┌──

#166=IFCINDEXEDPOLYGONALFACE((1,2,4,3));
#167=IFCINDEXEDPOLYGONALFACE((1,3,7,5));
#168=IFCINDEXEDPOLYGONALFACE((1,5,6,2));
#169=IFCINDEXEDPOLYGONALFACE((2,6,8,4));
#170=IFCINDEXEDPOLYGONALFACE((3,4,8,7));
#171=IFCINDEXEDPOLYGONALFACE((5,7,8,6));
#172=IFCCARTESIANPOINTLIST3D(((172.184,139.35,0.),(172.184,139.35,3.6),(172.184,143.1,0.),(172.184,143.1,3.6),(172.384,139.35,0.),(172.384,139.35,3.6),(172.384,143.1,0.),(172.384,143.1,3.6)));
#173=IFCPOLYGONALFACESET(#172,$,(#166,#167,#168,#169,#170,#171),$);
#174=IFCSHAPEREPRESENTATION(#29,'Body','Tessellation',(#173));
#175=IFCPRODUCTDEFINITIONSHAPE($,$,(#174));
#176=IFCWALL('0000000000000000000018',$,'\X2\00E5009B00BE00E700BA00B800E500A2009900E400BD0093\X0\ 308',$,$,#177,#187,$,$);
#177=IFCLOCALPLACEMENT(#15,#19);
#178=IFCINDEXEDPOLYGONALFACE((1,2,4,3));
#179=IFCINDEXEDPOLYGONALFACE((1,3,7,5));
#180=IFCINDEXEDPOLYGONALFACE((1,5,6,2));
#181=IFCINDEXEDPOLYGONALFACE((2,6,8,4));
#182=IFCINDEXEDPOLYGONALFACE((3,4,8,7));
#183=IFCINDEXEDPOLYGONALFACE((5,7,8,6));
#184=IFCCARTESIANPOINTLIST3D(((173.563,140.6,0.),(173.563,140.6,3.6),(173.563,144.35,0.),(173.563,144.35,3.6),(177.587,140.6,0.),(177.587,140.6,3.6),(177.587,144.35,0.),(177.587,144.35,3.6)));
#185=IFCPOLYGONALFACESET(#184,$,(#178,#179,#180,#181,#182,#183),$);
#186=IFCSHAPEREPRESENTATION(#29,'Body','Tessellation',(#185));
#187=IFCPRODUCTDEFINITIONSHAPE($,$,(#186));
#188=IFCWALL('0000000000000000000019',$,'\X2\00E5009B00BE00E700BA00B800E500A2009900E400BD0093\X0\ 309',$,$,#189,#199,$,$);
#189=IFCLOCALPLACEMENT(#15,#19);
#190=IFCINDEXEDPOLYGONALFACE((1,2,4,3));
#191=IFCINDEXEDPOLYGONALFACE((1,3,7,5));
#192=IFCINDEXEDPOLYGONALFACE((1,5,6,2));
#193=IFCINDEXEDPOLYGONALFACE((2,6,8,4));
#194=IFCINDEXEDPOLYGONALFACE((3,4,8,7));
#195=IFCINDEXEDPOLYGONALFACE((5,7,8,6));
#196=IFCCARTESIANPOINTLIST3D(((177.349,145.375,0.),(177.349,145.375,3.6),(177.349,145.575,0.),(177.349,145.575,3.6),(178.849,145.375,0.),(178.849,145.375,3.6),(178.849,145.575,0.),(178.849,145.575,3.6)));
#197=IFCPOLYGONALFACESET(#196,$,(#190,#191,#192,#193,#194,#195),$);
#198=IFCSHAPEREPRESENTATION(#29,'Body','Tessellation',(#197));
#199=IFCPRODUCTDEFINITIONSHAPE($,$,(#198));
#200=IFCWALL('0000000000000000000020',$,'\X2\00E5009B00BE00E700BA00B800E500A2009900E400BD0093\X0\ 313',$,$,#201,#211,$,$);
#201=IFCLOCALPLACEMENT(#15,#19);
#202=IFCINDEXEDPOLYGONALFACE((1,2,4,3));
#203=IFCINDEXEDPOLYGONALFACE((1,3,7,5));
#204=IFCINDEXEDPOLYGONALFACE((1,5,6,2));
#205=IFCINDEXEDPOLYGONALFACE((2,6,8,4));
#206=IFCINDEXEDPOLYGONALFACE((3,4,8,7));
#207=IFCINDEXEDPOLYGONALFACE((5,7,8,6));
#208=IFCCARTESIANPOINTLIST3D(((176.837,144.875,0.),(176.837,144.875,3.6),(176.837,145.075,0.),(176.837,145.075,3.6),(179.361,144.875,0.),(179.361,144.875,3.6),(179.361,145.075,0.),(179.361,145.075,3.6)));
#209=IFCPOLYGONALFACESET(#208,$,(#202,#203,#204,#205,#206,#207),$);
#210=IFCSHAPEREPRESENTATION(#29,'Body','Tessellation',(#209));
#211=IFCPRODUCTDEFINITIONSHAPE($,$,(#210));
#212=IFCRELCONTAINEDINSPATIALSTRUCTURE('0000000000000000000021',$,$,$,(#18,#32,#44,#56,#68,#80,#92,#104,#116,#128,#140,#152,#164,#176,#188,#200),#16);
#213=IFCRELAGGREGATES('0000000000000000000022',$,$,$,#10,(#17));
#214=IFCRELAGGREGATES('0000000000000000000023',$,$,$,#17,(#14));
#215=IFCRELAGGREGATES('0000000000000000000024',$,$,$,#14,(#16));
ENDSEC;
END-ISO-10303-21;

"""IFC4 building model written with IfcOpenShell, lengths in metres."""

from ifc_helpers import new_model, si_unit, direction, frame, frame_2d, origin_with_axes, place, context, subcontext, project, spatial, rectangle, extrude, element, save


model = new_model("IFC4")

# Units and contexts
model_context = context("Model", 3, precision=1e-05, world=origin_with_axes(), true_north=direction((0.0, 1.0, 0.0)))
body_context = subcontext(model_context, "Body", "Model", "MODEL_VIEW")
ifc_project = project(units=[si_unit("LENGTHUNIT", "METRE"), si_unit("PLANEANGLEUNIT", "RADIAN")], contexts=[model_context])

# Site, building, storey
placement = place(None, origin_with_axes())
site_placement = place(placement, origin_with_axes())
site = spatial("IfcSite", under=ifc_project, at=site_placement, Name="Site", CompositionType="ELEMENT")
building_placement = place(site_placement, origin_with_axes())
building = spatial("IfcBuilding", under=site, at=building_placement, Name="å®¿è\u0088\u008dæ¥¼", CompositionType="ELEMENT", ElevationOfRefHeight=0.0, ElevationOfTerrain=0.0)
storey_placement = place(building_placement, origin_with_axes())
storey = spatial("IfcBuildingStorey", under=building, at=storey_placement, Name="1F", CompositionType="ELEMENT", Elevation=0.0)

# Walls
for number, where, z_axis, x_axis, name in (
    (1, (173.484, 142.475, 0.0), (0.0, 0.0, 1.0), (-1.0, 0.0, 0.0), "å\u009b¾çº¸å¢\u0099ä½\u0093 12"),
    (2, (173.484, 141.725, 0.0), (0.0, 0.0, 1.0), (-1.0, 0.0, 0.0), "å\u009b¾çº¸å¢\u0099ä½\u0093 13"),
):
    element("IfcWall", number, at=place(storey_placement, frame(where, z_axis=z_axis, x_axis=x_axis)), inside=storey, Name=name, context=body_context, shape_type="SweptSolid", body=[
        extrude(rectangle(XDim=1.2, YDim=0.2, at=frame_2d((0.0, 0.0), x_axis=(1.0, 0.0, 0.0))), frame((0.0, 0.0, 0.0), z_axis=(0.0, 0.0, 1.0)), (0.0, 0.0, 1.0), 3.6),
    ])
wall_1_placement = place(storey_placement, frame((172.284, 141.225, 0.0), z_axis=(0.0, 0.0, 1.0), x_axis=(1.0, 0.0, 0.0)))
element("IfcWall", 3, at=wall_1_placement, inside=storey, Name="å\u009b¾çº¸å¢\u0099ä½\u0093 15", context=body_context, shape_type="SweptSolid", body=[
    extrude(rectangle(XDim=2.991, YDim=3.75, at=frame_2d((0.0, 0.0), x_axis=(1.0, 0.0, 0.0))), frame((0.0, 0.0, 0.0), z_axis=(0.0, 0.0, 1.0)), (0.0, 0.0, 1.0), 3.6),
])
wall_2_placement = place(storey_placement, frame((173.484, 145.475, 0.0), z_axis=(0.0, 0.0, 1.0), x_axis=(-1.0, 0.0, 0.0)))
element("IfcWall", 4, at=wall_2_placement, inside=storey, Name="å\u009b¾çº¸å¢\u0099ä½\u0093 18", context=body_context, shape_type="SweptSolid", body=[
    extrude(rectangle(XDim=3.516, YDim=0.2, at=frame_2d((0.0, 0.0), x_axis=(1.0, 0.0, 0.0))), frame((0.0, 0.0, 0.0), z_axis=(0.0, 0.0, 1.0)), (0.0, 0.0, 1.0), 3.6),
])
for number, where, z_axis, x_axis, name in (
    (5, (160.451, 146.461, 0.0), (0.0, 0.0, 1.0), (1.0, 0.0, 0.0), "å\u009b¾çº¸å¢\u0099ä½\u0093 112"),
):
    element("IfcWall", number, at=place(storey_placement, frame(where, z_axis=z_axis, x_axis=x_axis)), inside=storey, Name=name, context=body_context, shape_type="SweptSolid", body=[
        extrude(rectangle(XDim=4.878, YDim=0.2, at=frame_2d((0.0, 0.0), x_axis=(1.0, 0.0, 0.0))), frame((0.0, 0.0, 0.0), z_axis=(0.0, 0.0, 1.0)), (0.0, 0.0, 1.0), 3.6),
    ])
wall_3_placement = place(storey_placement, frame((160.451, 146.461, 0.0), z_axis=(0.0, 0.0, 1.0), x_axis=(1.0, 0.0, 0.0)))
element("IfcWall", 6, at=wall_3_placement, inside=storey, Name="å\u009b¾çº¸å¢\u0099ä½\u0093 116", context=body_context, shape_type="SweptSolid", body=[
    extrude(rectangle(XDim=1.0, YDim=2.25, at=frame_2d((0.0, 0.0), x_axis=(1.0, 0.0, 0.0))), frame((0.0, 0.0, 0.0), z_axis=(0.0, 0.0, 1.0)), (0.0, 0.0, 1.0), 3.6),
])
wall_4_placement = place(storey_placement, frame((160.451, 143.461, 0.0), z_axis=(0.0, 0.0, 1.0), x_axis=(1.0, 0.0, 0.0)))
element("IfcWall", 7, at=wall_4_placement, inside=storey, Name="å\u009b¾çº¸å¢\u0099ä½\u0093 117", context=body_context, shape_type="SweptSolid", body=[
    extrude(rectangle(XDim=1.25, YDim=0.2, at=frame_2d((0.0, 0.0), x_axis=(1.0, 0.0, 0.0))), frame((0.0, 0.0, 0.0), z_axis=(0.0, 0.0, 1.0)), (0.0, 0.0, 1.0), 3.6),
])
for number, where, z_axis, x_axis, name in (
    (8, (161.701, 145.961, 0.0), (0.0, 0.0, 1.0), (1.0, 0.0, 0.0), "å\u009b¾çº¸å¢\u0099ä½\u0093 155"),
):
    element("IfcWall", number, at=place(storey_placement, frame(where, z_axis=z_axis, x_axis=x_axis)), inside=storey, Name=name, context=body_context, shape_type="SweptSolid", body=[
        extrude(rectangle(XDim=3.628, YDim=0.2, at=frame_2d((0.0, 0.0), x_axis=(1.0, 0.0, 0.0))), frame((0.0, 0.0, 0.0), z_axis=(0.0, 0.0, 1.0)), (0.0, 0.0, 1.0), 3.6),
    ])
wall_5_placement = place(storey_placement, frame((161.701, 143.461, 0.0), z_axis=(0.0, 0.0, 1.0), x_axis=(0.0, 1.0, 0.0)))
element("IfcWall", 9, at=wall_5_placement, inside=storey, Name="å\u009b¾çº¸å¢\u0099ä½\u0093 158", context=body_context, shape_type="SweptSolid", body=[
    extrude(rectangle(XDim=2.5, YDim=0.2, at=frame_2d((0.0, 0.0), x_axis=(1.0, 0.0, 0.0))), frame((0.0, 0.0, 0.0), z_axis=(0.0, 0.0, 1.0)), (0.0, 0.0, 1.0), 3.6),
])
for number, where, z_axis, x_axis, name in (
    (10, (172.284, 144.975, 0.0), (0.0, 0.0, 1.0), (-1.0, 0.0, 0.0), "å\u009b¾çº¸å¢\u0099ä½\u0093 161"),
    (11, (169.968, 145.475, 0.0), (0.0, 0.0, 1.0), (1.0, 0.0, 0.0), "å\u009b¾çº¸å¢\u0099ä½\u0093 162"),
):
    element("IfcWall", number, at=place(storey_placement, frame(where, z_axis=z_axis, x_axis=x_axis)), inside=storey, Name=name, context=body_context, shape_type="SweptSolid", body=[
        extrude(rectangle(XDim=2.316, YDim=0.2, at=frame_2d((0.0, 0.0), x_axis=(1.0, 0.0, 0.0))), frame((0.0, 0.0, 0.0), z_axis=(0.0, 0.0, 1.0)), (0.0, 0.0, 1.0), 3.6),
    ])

└──

For this task, write out exactly the lines of the entries above, starting at the line with "#167=IFCINDEXEDPOLYGONALFACE((1,3,7,5));" and ending at the line with "#199=IFCPRODUCTDEFINITIONSHAPE($,$,(#198));", both included, and no others.

#167=IFCINDEXEDPOLYGONALFACE((1,3,7,5));
#168=IFCINDEXEDPOLYGONALFACE((1,5,6,2));
#169=IFCINDEXEDPOLYGONALFACE((2,6,8,4));
#170=IFCINDEXEDPOLYGONALFACE((3,4,8,7));
#171=IFCINDEXEDPOLYGONALFACE((5,7,8,6));
#172=IFCCARTESIANPOINTLIST3D(((172.184,139.35,0.),(172.184,139.35,3.6),(172.184,143.1,0.),(172.184,143.1,3.6),(172.384,139.35,0.),(172.384,139.35,3.6),(172.384,143.1,0.),(172.384,143.1,3.6)));
#173=IFCPOLYGONALFACESET(#172,$,(#166,#167,#168,#169,#170,#171),$);
#174=IFCSHAPEREPRESENTATION(#29,'Body','Tessellation',(#173));
#175=IFCPRODUCTDEFINITIONSHAPE($,$,(#174));
#176=IFCWALL('0000000000000000000018',$,'\X2\00E5009B00BE00E700BA00B800E500A2009900E400BD0093\X0\ 308',$,$,#177,#187,$,$);
#177=IFCLOCALPLACEMENT(#15,#19);
#178=IFCINDEXEDPOLYGONALFACE((1,2,4,3));
#179=IFCINDEXEDPOLYGONALFACE((1,3,7,5));
#180=IFCINDEXEDPOLYGONALFACE((1,5,6,2));
#181=IFCINDEXEDPOLYGONALFACE((2,6,8,4));
#182=IFCINDEXEDPOLYGONALFACE((3,4,8,7));
#183=IFCINDEXEDPOLYGONALFACE((5,7,8,6));
#184=IFCCARTESIANPOINTLIST3D(((173.563,140.6,0.),(173.563,140.6,3.6),(173.563,144.35,0.),(173.563,144.35,3.6),(177.587,140.6,0.),(177.587,140.6,3.6),(177.587,144.35,0.),(177.587,144.35,3.6)));
#185=IFCPOLYGONALFACESET(#184,$,(#178,#179,#180,#181,#182,#183),$);
#186=IFCSHAPEREPRESENTATION(#29,'Body','Tessellation',(#185));
#187=IFCPRODUCTDEFINITIONSHAPE($,$,(#186));
#188=IFCWALL('0000000000000000000019',$,'\X2\00E5009B00BE00E700BA00B800E500A2009900E400BD0093\X0\ 309',$,$,#189,#199,$,$);
#189=IFCLOCALPLACEMENT(#15,#19);
#190=IFCINDEXEDPOLYGONALFACE((1,2,4,3));
#191=IFCINDEXEDPOLYGONALFACE((1,3,7,5));
#192=IFCINDEXEDPOLYGONALFACE((1,5,6,2));
#193=IFCINDEXEDPOLYGONALFACE((2,6,8,4));
#194=IFCINDEXEDPOLYGONALFACE((3,4,8,7));
#195=IFCINDEXEDPOLYGONALFACE((5,7,8,6));
#196=IFCCARTESIANPOINTLIST3D(((177.349,145.375,0.),(177.349,145.375,3.6),(177.349,145.575,0.),(177.349,145.575,3.6),(178.849,145.375,0.),(178.849,145.375,3.6),(178.849,145.575,0.),(178.849,145.575,3.6)));
#197=IFCPOLYGONALFACESET(#196,$,(#190,#191,#192,#193,#194,#195),$);
#198=IFCSHAPEREPRESENTATION(#29,'Body','Tessellation',(#197));
#199=IFCPRODUCTDEFINITIONSHAPE($,$,(#198));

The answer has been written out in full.